Content starts
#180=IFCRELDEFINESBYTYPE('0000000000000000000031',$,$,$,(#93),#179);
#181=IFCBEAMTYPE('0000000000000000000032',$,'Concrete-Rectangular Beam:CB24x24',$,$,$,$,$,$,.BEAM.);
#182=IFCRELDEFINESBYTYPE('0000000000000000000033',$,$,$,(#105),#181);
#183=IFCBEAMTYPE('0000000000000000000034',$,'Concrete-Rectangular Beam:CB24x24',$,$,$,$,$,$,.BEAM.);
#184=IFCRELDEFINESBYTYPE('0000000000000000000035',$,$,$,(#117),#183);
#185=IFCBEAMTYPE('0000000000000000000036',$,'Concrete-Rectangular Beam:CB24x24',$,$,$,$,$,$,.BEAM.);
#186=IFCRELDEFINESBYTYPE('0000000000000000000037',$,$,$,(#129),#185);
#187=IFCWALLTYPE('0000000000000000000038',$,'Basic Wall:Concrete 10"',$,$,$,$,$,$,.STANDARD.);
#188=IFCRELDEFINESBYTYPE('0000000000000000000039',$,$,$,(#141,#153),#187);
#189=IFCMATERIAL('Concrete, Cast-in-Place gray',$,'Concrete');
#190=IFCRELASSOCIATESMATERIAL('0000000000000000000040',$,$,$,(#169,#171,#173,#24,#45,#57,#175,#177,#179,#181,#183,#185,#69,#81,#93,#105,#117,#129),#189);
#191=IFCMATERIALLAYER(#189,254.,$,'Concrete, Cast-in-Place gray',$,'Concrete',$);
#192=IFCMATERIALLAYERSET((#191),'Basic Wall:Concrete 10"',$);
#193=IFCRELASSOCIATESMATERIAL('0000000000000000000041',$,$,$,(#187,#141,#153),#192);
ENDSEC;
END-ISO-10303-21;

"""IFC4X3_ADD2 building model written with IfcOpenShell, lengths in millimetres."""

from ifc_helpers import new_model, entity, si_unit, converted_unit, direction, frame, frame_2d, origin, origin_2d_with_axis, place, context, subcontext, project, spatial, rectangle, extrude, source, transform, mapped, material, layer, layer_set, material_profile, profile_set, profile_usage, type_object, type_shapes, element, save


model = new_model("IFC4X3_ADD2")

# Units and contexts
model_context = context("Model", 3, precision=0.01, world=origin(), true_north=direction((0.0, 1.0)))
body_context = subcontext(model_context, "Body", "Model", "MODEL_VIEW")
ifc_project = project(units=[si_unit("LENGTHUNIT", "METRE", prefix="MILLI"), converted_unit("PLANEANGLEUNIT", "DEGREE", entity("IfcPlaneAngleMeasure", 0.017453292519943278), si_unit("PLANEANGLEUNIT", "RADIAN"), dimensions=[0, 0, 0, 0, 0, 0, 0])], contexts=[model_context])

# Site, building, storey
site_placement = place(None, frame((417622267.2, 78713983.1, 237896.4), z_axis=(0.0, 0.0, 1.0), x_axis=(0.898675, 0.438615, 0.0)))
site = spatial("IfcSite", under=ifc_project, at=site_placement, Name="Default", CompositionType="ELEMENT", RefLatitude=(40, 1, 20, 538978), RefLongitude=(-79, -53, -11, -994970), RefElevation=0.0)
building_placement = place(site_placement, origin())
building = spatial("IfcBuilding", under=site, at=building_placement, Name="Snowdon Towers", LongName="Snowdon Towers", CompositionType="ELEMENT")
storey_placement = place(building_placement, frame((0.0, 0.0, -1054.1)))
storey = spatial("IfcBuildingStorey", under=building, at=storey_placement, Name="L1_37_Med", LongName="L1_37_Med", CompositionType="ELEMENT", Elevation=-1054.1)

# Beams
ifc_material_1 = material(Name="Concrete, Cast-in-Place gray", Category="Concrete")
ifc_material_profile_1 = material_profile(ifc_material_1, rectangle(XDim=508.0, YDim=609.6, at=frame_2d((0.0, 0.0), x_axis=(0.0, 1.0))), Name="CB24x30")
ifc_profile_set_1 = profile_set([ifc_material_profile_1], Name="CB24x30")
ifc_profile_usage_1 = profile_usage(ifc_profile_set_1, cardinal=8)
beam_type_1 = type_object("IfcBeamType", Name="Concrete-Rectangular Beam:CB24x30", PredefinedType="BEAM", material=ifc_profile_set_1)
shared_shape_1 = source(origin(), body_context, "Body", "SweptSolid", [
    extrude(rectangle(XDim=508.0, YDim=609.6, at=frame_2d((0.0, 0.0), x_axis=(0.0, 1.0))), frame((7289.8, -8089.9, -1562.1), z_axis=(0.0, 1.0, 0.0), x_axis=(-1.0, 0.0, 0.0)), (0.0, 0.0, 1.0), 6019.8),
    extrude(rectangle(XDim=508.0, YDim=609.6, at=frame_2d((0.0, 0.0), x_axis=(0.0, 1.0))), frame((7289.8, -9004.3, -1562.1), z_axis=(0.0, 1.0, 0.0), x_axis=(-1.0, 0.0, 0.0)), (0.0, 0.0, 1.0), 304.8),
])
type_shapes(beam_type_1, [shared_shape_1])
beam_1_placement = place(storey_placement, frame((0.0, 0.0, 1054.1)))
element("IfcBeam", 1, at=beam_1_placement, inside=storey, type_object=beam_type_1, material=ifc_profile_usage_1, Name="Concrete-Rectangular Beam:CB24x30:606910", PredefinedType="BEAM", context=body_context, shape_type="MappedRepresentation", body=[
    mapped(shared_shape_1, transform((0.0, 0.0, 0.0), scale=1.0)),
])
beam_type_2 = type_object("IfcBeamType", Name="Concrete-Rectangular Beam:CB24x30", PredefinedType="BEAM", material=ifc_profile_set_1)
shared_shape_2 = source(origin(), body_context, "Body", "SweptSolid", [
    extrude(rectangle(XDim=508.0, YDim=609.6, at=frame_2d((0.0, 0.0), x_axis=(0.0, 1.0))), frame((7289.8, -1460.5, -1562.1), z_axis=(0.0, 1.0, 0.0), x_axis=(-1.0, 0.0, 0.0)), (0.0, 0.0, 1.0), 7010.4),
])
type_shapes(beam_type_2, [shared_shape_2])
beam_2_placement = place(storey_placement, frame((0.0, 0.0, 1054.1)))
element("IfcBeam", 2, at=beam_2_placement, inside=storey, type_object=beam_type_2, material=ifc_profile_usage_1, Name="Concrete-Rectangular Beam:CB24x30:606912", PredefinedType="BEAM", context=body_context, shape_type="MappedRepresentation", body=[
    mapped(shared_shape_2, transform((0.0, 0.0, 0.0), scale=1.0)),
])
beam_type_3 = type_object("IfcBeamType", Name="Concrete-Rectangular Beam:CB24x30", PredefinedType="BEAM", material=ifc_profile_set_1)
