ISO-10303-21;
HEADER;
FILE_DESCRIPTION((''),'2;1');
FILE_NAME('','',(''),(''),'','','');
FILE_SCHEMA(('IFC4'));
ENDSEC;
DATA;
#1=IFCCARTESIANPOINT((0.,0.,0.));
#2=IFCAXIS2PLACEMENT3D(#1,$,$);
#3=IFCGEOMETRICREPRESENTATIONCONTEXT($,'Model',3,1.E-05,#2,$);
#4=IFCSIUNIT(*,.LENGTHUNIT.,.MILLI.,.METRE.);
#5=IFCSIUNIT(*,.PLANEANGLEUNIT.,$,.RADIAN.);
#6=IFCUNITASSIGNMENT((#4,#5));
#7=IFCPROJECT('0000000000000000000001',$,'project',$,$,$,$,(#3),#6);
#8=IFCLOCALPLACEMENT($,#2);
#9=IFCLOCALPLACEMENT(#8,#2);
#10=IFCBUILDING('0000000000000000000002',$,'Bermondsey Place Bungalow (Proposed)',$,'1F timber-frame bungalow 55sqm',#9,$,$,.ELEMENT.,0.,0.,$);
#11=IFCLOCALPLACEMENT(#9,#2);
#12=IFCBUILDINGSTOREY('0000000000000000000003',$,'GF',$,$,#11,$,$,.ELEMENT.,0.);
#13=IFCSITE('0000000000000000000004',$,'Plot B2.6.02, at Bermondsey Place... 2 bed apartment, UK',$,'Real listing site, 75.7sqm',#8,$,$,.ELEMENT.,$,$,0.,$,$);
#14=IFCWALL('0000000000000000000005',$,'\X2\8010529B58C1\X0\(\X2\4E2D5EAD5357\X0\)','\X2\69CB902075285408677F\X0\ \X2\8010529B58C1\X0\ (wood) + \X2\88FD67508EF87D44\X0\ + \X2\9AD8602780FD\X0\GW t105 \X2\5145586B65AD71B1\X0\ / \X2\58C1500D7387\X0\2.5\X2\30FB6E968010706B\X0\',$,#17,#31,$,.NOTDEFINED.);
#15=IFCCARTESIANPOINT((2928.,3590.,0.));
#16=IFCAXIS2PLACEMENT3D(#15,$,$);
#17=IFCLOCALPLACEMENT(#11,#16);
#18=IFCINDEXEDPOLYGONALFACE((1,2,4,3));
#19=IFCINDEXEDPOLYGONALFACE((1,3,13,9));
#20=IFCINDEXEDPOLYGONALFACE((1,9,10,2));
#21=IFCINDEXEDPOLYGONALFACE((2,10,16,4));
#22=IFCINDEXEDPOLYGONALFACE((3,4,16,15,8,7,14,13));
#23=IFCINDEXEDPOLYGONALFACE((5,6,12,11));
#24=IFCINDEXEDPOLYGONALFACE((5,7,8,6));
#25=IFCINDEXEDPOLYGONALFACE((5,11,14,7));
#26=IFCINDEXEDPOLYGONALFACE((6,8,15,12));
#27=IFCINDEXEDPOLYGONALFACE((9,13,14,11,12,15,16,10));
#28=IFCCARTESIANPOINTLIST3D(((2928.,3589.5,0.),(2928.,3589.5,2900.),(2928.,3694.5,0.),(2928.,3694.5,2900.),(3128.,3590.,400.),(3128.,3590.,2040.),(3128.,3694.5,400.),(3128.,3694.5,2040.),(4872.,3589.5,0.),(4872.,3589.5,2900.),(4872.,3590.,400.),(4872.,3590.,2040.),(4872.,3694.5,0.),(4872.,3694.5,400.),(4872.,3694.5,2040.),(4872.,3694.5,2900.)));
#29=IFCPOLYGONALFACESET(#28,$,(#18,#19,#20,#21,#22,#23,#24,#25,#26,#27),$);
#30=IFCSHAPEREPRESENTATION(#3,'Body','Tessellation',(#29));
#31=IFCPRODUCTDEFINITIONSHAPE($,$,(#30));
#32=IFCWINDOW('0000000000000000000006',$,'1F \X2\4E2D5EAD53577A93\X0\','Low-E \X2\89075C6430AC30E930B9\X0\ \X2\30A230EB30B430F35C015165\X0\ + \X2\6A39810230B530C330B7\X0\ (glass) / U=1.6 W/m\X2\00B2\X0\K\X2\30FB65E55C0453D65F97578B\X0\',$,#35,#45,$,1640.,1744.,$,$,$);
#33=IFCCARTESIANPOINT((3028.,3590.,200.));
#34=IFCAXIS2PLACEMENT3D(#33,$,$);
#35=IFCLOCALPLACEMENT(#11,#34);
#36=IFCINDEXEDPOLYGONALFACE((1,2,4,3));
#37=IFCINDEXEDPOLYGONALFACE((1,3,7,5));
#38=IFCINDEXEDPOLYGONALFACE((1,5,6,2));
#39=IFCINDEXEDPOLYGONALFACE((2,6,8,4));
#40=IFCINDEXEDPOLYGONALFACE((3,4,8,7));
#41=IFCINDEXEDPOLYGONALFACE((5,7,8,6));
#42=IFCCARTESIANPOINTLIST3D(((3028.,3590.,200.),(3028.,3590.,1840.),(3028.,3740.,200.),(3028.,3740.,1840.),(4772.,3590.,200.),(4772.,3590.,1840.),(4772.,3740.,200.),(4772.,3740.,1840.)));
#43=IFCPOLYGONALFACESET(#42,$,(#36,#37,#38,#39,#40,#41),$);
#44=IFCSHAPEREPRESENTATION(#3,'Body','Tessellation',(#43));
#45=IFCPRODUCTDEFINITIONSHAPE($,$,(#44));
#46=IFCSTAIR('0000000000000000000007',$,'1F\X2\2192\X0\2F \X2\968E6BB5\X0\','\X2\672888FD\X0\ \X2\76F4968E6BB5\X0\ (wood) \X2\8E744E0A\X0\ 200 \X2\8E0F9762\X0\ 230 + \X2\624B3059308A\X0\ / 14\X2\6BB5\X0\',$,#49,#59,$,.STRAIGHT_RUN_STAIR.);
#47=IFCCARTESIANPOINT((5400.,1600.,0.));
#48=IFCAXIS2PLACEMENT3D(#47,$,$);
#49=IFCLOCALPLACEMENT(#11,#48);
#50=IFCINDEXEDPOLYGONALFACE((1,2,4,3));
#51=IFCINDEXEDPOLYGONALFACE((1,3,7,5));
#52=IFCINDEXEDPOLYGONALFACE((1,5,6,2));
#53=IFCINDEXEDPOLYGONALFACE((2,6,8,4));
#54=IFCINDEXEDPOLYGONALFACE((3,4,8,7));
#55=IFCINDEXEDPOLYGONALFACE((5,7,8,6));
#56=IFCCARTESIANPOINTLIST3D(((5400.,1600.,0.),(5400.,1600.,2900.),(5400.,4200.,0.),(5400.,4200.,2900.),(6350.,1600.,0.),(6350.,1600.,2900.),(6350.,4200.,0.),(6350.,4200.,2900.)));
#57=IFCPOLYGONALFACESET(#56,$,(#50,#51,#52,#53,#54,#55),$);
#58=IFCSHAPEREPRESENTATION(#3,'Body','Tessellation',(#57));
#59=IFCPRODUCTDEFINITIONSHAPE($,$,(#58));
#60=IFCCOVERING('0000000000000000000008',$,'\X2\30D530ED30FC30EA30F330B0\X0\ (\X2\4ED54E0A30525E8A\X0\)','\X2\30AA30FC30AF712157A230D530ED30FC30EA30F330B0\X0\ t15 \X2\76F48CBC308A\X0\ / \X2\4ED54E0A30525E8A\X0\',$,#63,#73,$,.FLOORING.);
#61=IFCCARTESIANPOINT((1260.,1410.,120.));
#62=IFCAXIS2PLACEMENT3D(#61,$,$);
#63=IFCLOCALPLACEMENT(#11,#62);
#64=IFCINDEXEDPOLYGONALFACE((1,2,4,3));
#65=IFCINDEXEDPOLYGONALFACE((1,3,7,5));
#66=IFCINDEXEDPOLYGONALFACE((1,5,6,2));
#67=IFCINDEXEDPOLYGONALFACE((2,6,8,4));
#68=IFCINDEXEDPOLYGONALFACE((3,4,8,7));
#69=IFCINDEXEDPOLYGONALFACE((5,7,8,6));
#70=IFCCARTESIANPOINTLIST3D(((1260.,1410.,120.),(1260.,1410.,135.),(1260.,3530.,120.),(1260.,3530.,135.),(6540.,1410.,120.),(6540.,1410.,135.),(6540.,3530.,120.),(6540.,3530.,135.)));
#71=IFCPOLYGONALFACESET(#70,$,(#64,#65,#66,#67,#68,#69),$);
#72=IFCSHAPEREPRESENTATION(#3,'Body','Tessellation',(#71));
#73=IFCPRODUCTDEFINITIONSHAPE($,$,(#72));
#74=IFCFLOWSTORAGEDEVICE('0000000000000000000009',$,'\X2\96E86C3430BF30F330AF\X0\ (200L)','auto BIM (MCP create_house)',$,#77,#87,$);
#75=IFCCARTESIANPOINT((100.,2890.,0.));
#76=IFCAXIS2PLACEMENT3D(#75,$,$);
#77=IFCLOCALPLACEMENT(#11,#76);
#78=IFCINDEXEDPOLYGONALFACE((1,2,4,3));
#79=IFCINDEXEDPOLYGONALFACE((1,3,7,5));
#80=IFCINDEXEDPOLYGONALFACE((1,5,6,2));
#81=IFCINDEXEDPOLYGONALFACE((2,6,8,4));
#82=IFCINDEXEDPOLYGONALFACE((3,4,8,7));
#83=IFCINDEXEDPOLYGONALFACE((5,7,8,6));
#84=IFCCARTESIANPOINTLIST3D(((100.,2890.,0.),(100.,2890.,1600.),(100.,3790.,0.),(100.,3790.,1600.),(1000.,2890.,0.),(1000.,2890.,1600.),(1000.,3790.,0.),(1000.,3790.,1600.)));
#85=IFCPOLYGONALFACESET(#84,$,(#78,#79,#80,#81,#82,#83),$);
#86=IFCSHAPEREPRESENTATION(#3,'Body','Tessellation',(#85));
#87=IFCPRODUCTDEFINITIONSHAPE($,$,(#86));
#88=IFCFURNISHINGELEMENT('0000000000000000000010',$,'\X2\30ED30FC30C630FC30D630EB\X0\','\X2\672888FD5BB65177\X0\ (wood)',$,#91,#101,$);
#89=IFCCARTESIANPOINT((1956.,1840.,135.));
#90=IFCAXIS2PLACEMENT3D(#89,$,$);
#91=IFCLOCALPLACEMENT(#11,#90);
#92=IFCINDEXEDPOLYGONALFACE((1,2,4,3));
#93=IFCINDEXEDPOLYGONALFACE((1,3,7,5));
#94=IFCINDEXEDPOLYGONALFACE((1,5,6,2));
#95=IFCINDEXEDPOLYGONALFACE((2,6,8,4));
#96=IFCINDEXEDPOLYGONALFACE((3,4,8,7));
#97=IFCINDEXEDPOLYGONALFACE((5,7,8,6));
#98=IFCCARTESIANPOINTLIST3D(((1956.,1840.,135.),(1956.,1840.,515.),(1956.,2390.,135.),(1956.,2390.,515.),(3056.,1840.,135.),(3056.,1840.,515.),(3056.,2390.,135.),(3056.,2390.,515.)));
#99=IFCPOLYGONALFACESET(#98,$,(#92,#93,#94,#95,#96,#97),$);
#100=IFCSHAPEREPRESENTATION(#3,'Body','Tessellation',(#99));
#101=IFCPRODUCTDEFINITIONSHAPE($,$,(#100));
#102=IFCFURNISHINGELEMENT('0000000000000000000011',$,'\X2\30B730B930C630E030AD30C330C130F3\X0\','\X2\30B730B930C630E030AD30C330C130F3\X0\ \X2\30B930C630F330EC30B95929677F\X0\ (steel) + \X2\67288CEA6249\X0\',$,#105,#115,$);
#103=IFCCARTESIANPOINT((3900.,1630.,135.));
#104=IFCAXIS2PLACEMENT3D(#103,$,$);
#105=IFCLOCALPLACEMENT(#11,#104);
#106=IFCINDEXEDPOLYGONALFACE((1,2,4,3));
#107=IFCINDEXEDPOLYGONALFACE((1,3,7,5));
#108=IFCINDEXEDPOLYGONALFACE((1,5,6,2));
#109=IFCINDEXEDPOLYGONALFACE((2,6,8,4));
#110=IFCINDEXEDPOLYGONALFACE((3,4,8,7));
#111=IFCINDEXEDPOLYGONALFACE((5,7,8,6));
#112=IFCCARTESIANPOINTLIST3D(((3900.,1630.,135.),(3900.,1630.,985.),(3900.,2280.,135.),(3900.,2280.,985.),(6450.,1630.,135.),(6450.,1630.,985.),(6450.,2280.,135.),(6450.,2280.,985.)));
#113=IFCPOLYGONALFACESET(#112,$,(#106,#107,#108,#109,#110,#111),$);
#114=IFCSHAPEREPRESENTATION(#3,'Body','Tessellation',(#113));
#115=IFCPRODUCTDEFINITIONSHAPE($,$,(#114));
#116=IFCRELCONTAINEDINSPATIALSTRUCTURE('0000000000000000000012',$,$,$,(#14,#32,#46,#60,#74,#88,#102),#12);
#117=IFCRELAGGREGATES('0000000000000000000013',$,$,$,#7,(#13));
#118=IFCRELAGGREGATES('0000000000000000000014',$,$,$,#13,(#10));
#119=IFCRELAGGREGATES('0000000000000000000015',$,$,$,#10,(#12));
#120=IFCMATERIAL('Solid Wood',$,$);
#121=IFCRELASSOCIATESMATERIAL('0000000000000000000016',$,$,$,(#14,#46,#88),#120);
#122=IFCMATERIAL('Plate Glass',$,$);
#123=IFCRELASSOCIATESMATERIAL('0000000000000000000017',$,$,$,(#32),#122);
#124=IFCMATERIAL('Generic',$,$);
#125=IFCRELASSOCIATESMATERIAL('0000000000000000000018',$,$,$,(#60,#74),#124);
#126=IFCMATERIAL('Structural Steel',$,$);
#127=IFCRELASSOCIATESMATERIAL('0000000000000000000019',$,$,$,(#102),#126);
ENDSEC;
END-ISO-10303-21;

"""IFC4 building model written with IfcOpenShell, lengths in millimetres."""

from ifc_helpers import new_model, si_unit, frame, frame_2d, origin, place, context, project, spatial, rectangle, extrude, material, element, fill, save


model = new_model("IFC4")

# Units and contexts
model_context = context("Model", 3, precision=1e-05, world=origin())
ifc_project = project(units=[si_unit("LENGTHUNIT", "METRE", prefix="MILLI"), si_unit("PLANEANGLEUNIT", "RADIAN")], contexts=[model_context])

# Site, building, storey
site_placement = place(None, origin())
site = spatial("IfcSite", under=ifc_project, at=site_placement, Name="Plot B2.6.02, at Bermondsey Place... 2 bed apartment, UK", ObjectType="Real listing site, 75.7sqm", CompositionType="ELEMENT", RefElevation=0.0)
building_placement = place(site_placement, origin())
building = spatial("IfcBuilding", under=site, at=building_placement, Name="Bermondsey Place Bungalow (Proposed)", ObjectType="1F timber-frame bungalow 55sqm", CompositionType="ELEMENT", ElevationOfRefHeight=0.0, ElevationOfTerrain=0.0)
storey_placement = place(building_placement, origin())
storey = spatial("IfcBuildingStorey", under=building, at=storey_placement, Name="GF", CompositionType="ELEMENT", Elevation=0.0)

# Shared definitions
ifc_material_1 = material(Name="Solid Wood")

# Shared definitions
ifc_material_2 = material(Name="Plate Glass")

# Wall, opening, window
wall_1_placement = place(storey_placement, frame((2928.0, 3590.0, 0.0)))
wall_1 = element("IfcWall", 1, at=wall_1_placement, inside=storey, material=ifc_material_1, Name="耐力壁(中庭南)", Description="構造用合板 耐力壁 (wood) + 製材軸組 + 高性能GW t105 充填断熱 / 壁倍率2.5・準耐火", PredefinedType="NOTDEFINED", context=model_context, shape_type="SweptSolid", body=[
    extrude(rectangle(XDim=1944.0, YDim=105.0, at=frame_2d((972.0, 52.0))), frame((2928.0, 3590.0, 0.0)), (0.0, 0.0, 1.0), 2900.0),
])
opening_1_placement = place(storey_placement, frame((3028.0, 3590.0, 200.0)))
opening_1 = element("IfcOpeningElement", 2, at=opening_1_placement, cuts=wall_1, PredefinedType="NOTDEFINED", context=model_context, shape_type="SweptSolid", body=[
    extrude(rectangle(XDim=1744.0, YDim=150.0, at=frame_2d((872.0, 75.0))), frame((3028.0, 3590.0, 200.0)), (0.0, 0.0, 1.0), 1640.0),
])
window_1_placement = place(storey_placement, frame((3028.0, 3590.0, 200.0)))
window_1 = element("IfcWindow", 3, at=window_1_placement, inside=storey, material=ifc_material_2, Name="1F 中庭南窓", Description="Low-E 複層ガラス アルゴン封入 + 樹脂サッシ (glass) / U=1.6 W/m²K・日射取得型", OverallHeight=1640.0, OverallWidth=1744.0, context=model_context, shape_type="SweptSolid", body=[
    extrude(rectangle(XDim=1744.0, YDim=150.0, at=frame_2d((872.0, 75.0))), frame((3028.0, 3590.0, 200.0)), (0.0, 0.0, 1.0), 1640.0),
])
fill(opening_1, window_1)

# Stair
stair_placement = place(storey_placement, frame((5400.0, 1600.0, 0.0)))
element("IfcStair", 4, at=stair_placement, inside=storey, material=ifc_material_1, Name="1F→2F 階段", Description="木製 直階段 (wood) 蹴上 200 踏面 230 + 手すり / 14段", PredefinedType="STRAIGHT_RUN_STAIR", context=model_context, shape_type="SweptSolid", body=[
    extrude(rectangle(XDim=950.0, YDim=2600.0, at=frame_2d((475.0, 1300.0))), frame((5400.0, 1600.0, 0.0)), (0.0, 0.0, 1.0), 2900.0),
])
Content ends
▸ **Work request**
Across the listing above, find all lines where the word "Tessellation" is present and copy them.

▸ **Completed task**
#30=IFCSHAPEREPRESENTATION(#3,'Body','Tessellation',(#29));
#44=IFCSHAPEREPRESENTATION(#3,'Body','Tessellation',(#43));
#58=IFCSHAPEREPRESENTATION(#3,'Body','Tessellation',(#57));
#72=IFCSHAPEREPRESENTATION(#3,'Body','Tessellation',(#71));
#86=IFCSHAPEREPRESENTATION(#3,'Body','Tessellation',(#85));
#100=IFCSHAPEREPRESENTATION(#3,'Body','Tessellation',(#99));
#114=IFCSHAPEREPRESENTATION(#3,'Body','Tessellation',(#113));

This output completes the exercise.